• [Assigned task]:
Copy, from the listing, every line in which the string "unset" is present.
§ §
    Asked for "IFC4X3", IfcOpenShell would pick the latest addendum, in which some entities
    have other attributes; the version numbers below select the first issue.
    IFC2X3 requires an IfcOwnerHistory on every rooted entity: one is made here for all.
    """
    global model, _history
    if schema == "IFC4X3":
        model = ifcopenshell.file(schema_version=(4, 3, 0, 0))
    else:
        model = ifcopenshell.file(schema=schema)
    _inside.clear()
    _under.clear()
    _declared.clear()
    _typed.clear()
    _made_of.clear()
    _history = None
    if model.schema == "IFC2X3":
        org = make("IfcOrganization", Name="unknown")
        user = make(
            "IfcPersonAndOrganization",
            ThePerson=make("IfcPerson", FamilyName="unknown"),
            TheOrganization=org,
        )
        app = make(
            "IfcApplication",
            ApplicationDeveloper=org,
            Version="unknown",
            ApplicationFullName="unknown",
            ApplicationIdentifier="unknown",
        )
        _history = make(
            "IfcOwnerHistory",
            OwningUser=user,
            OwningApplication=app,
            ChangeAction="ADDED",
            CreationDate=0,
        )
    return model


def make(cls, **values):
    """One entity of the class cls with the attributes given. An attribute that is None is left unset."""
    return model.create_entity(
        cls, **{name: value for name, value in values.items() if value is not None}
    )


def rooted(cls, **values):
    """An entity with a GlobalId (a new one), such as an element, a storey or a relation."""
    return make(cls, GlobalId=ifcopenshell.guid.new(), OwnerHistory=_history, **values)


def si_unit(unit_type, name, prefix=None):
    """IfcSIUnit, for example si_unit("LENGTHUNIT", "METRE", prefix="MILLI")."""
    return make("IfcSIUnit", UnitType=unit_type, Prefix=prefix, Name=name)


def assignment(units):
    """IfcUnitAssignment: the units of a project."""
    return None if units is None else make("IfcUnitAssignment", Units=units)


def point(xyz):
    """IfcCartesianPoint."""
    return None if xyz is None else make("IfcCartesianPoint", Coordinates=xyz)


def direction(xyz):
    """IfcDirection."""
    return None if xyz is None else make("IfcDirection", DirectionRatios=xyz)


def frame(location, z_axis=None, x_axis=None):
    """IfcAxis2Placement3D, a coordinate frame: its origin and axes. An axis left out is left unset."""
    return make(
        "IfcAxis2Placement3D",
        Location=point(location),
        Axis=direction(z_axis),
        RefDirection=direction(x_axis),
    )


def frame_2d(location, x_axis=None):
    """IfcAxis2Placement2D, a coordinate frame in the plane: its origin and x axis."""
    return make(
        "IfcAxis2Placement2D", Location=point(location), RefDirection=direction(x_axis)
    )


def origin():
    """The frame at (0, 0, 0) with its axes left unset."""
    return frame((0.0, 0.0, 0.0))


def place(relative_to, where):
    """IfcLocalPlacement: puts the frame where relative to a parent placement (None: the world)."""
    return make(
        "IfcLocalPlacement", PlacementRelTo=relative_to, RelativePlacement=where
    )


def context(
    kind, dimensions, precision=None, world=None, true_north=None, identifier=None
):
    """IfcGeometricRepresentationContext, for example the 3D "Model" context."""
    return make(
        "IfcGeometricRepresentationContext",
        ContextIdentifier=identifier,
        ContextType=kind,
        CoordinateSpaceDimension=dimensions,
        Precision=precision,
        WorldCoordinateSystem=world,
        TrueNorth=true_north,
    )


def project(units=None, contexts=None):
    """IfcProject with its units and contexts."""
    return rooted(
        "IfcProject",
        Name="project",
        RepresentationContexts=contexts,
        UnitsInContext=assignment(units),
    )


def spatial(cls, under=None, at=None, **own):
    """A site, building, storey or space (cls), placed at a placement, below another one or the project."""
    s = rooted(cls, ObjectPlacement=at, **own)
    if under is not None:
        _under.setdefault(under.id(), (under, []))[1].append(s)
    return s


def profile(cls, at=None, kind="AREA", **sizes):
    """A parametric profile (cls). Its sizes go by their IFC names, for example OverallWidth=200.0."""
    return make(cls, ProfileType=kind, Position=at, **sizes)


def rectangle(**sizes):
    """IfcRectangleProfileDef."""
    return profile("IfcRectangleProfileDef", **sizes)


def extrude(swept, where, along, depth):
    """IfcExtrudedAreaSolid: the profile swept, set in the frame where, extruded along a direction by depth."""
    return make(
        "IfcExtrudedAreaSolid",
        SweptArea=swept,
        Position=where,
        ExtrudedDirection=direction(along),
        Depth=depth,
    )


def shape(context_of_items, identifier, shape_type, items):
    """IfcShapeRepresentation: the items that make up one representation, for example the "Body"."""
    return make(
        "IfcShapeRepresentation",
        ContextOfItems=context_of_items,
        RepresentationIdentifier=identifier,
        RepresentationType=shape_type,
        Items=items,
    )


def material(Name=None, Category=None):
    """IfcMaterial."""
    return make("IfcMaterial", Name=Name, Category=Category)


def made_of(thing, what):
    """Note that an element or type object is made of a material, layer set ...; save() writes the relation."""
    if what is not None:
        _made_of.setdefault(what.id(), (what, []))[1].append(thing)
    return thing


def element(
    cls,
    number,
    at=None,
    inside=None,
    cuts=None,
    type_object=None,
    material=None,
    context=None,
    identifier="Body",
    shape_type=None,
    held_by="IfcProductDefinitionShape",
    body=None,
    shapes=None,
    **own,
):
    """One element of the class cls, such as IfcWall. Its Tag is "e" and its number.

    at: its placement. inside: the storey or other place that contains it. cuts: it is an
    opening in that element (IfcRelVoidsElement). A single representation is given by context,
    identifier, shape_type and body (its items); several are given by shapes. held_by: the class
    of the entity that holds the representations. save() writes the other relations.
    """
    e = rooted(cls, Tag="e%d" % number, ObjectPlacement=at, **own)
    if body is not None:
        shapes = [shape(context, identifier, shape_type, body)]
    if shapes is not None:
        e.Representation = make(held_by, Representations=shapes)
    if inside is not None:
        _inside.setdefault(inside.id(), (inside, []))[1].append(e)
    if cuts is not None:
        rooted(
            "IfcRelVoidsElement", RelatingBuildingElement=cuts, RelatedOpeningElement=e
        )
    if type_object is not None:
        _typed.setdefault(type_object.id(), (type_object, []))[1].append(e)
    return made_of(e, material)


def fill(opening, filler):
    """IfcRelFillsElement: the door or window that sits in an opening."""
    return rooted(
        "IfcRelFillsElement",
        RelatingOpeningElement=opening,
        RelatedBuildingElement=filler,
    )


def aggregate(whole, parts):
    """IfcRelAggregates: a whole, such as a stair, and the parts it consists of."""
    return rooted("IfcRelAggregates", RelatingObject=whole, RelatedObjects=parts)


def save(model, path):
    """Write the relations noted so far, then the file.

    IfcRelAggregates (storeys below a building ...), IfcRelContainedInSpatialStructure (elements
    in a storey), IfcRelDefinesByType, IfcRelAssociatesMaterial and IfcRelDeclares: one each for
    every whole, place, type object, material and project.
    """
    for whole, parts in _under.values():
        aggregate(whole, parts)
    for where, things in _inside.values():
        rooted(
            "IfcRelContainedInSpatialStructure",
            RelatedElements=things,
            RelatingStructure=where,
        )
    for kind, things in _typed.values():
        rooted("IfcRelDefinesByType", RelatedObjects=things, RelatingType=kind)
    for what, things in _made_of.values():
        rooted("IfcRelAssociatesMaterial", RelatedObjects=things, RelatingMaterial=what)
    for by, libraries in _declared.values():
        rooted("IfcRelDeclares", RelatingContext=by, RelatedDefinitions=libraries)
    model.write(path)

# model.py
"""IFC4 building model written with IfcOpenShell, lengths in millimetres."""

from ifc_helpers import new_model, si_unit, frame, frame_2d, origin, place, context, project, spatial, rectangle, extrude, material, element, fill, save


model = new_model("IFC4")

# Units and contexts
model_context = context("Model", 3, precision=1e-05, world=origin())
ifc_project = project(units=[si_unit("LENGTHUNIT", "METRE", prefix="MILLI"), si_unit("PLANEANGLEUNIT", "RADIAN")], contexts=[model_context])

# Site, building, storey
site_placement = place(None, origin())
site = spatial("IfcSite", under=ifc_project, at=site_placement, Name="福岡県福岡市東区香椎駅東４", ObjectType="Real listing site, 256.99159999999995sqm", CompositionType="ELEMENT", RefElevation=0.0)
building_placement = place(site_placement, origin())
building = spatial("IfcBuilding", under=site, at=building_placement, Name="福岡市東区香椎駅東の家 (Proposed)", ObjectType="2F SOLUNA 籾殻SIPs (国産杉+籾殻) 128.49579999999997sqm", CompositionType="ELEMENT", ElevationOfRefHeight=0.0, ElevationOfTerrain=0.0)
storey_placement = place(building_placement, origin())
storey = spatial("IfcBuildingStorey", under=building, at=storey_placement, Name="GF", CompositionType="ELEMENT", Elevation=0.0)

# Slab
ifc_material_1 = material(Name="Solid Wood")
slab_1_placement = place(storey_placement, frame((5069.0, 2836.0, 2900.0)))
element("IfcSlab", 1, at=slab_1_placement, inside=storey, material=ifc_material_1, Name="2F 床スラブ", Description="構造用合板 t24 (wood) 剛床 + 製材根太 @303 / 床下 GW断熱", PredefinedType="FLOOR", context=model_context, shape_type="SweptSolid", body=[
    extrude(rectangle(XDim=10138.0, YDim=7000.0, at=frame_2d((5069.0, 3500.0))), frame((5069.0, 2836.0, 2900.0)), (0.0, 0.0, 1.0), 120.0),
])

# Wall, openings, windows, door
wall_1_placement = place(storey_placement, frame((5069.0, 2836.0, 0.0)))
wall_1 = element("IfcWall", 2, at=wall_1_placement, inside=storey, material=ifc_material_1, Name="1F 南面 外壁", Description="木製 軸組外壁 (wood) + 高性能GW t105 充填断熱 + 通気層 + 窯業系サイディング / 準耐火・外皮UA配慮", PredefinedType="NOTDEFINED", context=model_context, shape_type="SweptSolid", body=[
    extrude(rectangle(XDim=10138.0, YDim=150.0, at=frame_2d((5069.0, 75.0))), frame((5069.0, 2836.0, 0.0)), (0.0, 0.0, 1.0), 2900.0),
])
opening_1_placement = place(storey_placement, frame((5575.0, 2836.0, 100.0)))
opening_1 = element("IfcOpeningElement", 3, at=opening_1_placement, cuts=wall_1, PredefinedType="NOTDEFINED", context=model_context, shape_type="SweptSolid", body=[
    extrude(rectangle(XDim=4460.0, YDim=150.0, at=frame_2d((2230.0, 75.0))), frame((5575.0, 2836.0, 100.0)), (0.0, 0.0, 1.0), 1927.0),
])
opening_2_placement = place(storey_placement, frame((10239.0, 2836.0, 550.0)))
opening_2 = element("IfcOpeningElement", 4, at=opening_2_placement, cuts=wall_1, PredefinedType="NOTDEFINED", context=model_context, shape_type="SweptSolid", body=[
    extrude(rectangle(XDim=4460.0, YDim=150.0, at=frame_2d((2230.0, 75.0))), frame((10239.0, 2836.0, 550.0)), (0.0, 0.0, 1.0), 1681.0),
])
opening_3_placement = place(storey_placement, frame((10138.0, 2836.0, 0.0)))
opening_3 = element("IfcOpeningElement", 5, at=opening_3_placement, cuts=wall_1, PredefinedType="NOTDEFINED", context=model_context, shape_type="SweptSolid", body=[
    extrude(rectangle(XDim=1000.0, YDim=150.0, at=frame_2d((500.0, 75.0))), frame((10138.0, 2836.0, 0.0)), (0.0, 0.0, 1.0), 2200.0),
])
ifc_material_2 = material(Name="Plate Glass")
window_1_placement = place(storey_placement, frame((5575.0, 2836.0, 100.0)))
§ §
• [Answer box]:
    """One entity of the class cls with the attributes given. An attribute that is None is left unset."""
    """IfcAxis2Placement3D, a coordinate frame: its origin and axes. An axis left out is left unset."""
    """The frame at (0, 0, 0) with its axes left unset."""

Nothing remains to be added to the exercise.